Using the material below, return exactly the lines between the one holding "#160=IFCINDEXEDPOLYGONALFACE((141,142,158,157));" and the one holding "#176=IFCINDEXEDPOLYGONALFACE((159,160,168,167));", inclusive, and no others.

•••••

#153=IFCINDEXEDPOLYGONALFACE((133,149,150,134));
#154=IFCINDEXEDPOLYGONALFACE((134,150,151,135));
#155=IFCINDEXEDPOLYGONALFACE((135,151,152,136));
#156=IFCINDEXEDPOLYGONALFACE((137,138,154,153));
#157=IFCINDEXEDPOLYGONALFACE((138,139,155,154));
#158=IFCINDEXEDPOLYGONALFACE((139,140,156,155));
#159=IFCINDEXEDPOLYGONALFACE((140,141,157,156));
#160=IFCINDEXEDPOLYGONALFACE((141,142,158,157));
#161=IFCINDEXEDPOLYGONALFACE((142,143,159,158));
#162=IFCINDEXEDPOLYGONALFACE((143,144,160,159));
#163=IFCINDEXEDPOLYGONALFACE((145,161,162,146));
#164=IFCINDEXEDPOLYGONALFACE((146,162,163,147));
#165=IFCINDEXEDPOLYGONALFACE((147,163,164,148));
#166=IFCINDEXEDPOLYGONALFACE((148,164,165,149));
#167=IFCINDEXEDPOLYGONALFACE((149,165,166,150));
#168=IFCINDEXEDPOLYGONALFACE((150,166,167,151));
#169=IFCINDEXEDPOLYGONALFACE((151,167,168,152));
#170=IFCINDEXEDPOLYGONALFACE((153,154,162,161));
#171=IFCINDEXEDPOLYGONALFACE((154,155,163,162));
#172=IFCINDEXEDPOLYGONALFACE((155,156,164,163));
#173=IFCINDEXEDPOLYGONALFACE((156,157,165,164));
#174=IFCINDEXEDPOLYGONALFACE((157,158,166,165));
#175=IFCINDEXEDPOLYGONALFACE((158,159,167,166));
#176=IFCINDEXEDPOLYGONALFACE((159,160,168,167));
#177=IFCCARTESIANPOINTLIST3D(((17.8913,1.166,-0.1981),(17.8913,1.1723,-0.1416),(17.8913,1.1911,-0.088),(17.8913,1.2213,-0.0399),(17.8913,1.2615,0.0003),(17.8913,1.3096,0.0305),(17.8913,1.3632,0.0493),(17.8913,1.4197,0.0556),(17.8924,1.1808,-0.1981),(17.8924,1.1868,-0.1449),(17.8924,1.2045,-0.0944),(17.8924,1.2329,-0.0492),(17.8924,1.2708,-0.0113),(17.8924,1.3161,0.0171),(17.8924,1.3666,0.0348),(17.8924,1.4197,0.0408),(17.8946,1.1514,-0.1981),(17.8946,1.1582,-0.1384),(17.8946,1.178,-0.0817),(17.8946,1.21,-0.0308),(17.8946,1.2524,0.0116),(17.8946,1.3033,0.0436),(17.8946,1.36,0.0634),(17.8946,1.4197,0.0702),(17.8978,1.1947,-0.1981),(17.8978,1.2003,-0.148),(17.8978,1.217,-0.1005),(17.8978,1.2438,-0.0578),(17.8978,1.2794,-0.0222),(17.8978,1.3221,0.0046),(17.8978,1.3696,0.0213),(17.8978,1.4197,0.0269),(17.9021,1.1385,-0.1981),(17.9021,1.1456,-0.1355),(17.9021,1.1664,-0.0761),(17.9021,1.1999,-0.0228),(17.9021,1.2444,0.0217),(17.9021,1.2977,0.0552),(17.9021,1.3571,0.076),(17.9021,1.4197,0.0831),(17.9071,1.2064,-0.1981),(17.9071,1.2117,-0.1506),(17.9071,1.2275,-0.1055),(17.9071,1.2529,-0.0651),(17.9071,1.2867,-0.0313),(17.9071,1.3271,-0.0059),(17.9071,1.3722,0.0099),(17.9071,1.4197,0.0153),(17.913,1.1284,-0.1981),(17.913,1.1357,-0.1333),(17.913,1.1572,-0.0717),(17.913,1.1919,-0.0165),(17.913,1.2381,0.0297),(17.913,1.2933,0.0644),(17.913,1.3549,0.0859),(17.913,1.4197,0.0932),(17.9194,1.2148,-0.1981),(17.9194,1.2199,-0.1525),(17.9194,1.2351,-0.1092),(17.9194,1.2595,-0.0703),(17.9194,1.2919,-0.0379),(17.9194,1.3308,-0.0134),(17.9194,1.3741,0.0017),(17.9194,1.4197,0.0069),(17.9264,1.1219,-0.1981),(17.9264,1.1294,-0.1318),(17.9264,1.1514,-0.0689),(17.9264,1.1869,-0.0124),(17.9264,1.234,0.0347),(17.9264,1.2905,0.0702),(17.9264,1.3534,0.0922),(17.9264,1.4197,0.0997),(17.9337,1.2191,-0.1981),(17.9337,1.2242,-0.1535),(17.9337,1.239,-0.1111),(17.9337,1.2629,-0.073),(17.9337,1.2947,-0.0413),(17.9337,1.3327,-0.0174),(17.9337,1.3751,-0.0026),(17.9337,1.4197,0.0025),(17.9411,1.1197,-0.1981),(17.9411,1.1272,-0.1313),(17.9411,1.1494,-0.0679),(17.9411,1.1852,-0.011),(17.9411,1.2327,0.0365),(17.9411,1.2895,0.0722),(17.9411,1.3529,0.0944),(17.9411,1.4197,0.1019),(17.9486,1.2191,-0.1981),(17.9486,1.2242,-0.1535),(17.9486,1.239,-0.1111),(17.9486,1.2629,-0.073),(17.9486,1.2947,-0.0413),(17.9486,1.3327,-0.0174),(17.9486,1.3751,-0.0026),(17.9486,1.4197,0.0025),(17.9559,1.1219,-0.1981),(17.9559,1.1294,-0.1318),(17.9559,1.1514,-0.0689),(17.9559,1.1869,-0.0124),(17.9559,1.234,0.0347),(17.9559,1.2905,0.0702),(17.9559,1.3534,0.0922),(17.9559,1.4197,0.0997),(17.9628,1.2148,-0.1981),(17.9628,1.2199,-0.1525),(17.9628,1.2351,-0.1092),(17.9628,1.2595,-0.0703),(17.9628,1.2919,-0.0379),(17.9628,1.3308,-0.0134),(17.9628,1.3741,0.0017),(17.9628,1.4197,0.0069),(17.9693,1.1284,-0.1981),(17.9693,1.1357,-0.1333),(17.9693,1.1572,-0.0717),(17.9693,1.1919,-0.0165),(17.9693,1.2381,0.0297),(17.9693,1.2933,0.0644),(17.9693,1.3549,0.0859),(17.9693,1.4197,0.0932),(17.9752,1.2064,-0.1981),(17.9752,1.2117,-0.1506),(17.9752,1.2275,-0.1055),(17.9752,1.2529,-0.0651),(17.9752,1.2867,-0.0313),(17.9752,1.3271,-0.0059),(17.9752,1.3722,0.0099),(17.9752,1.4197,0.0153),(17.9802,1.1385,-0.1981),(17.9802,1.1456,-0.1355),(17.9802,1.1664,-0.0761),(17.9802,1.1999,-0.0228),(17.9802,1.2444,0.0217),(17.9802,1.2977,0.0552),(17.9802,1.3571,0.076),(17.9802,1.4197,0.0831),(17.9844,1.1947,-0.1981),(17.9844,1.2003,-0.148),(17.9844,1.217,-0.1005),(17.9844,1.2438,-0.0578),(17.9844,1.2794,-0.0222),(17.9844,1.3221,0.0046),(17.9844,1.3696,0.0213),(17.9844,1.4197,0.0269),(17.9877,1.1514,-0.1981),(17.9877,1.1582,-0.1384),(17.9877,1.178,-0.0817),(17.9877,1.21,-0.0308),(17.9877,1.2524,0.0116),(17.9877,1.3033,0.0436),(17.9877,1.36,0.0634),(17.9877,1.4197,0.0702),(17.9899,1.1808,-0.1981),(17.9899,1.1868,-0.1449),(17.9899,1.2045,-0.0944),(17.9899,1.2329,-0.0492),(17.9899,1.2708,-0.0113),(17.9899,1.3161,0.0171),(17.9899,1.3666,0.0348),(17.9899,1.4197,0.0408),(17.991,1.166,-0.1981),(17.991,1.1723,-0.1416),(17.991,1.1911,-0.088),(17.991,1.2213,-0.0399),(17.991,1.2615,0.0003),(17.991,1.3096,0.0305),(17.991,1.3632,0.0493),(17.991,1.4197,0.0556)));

•••••

§ RESULT OF THE TASK:
#160=IFCINDEXEDPOLYGONALFACE((141,142,158,157));
#161=IFCINDEXEDPOLYGONALFACE((142,143,159,158));
#162=IFCINDEXEDPOLYGONALFACE((143,144,160,159));
#163=IFCINDEXEDPOLYGONALFACE((145,161,162,146));
#164=IFCINDEXEDPOLYGONALFACE((146,162,163,147));
#165=IFCINDEXEDPOLYGONALFACE((147,163,164,148));
#166=IFCINDEXEDPOLYGONALFACE((148,164,165,149));
#167=IFCINDEXEDPOLYGONALFACE((149,165,166,150));
#168=IFCINDEXEDPOLYGONALFACE((150,166,167,151));
#169=IFCINDEXEDPOLYGONALFACE((151,167,168,152));
#170=IFCINDEXEDPOLYGONALFACE((153,154,162,161));
#171=IFCINDEXEDPOLYGONALFACE((154,155,163,162));
#172=IFCINDEXEDPOLYGONALFACE((155,156,164,163));
#173=IFCINDEXEDPOLYGONALFACE((156,157,165,164));
#174=IFCINDEXEDPOLYGONALFACE((157,158,166,165));
#175=IFCINDEXEDPOLYGONALFACE((158,159,167,166));
#176=IFCINDEXEDPOLYGONALFACE((159,160,168,167));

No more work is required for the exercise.